Task objective: Whenever a line below mentions the word "IFCCARTESIANPOINT", that line should be copied.

* * * * * * * * *

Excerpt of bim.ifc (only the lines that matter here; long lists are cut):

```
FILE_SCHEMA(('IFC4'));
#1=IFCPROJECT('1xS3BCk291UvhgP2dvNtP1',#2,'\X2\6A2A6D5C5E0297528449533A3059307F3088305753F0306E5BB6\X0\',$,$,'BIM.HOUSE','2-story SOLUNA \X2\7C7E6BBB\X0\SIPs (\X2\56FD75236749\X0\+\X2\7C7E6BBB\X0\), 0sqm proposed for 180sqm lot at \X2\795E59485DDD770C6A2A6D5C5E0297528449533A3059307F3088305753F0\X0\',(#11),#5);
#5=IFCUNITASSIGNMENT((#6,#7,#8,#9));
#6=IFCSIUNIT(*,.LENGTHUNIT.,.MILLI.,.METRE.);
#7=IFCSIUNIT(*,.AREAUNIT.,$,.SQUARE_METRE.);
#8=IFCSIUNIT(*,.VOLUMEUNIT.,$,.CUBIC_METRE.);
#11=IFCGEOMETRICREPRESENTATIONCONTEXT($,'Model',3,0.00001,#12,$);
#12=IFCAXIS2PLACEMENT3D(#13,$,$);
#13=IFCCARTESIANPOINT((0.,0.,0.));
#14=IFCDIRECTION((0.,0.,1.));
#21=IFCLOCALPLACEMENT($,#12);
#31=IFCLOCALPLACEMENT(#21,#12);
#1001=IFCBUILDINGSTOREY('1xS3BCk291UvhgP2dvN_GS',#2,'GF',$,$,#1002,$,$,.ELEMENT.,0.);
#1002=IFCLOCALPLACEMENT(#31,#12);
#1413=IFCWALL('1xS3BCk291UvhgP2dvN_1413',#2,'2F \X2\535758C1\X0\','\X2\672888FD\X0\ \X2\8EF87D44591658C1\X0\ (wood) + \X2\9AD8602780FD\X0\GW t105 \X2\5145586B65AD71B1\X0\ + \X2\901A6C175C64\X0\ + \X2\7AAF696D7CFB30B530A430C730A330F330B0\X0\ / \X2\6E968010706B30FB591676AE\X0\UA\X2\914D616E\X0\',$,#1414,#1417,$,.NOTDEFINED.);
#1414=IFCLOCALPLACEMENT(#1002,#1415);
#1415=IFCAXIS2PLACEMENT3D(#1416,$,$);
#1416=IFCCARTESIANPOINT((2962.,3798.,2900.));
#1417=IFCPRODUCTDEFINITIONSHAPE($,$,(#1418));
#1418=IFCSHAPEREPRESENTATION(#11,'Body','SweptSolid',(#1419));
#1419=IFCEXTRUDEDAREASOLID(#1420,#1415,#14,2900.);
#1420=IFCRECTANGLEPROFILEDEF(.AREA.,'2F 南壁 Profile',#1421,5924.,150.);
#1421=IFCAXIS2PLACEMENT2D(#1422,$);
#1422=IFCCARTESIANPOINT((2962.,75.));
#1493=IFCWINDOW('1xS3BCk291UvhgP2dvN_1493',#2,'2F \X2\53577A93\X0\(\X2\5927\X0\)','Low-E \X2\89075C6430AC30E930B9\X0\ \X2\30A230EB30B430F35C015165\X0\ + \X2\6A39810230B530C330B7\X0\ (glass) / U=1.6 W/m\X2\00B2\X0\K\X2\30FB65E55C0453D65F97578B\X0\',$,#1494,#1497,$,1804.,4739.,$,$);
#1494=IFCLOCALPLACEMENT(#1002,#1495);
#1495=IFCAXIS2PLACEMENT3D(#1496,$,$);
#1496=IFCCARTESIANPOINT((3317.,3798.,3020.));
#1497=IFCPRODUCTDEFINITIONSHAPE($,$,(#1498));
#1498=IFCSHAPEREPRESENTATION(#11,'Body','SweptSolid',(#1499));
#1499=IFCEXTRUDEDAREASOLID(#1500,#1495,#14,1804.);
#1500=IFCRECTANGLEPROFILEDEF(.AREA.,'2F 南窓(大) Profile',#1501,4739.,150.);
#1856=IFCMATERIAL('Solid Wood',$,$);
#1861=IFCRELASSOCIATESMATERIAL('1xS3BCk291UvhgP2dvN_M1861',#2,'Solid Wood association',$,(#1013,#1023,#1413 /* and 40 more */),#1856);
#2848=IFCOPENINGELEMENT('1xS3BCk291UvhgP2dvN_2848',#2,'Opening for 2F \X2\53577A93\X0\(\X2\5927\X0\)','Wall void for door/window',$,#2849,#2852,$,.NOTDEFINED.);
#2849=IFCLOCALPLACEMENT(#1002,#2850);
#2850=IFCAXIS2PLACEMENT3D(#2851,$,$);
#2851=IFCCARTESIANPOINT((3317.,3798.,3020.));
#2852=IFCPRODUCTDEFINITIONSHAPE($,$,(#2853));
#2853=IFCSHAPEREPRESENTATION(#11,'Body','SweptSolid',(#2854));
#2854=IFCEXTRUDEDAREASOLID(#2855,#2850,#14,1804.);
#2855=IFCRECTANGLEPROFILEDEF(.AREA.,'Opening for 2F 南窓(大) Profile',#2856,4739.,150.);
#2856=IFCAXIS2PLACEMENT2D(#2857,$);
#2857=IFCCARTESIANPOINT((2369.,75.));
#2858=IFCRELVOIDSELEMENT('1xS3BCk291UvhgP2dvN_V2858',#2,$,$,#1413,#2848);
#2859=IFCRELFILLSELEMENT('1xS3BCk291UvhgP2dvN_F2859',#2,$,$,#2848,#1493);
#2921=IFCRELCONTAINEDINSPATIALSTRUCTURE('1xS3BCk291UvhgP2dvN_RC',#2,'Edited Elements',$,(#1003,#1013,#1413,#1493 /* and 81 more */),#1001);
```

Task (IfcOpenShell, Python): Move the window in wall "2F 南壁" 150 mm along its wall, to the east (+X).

```python
import ifcopenshell
import ifcopenshell.api.geometry
import ifcopenshell.util.placement
import ifcopenshell.util.unit

model = ifcopenshell.open("bim.ifc")
unit_scale = ifcopenshell.util.unit.calculate_unit_scale(model)

window = model.by_guid("1xS3BCk291UvhgP2dvN_1493")
opening = window.FillsVoids[0].RelatingOpeningElement
wall = opening.VoidsElements[0].RelatingBuildingElement

wall_matrix = ifcopenshell.util.placement.get_local_placement(wall.ObjectPlacement)
shift = wall_matrix[:3, 0] * 0.15 / unit_scale
before = ifcopenshell.util.placement.get_local_placement(window.ObjectPlacement)[:3, 3].copy()

# The window is not placed relative to its opening, so move both.
for product in (opening, window):
    matrix = ifcopenshell.util.placement.get_local_placement(product.ObjectPlacement)
    matrix[:3, 3] += shift
    ifcopenshell.api.geometry.edit_object_placement(model, product=product, matrix=matrix, is_si=False)

after = ifcopenshell.util.placement.get_local_placement(window.ObjectPlacement)[:3, 3]
print("window moved by", (after - before).round(3) + 0.0)

model.write("bim-out.ifc")
```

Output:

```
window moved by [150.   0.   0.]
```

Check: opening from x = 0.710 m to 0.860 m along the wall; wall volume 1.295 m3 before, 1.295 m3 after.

* * * * * * * * *

Result:
#13=IFCCARTESIANPOINT((0.,0.,0.));
#1416=IFCCARTESIANPOINT((2962.,3798.,2900.));
#1422=IFCCARTESIANPOINT((2962.,75.));
#1496=IFCCARTESIANPOINT((3317.,3798.,3020.));
#2851=IFCCARTESIANPOINT((3317.,3798.,3020.));
#2857=IFCCARTESIANPOINT((2369.,75.));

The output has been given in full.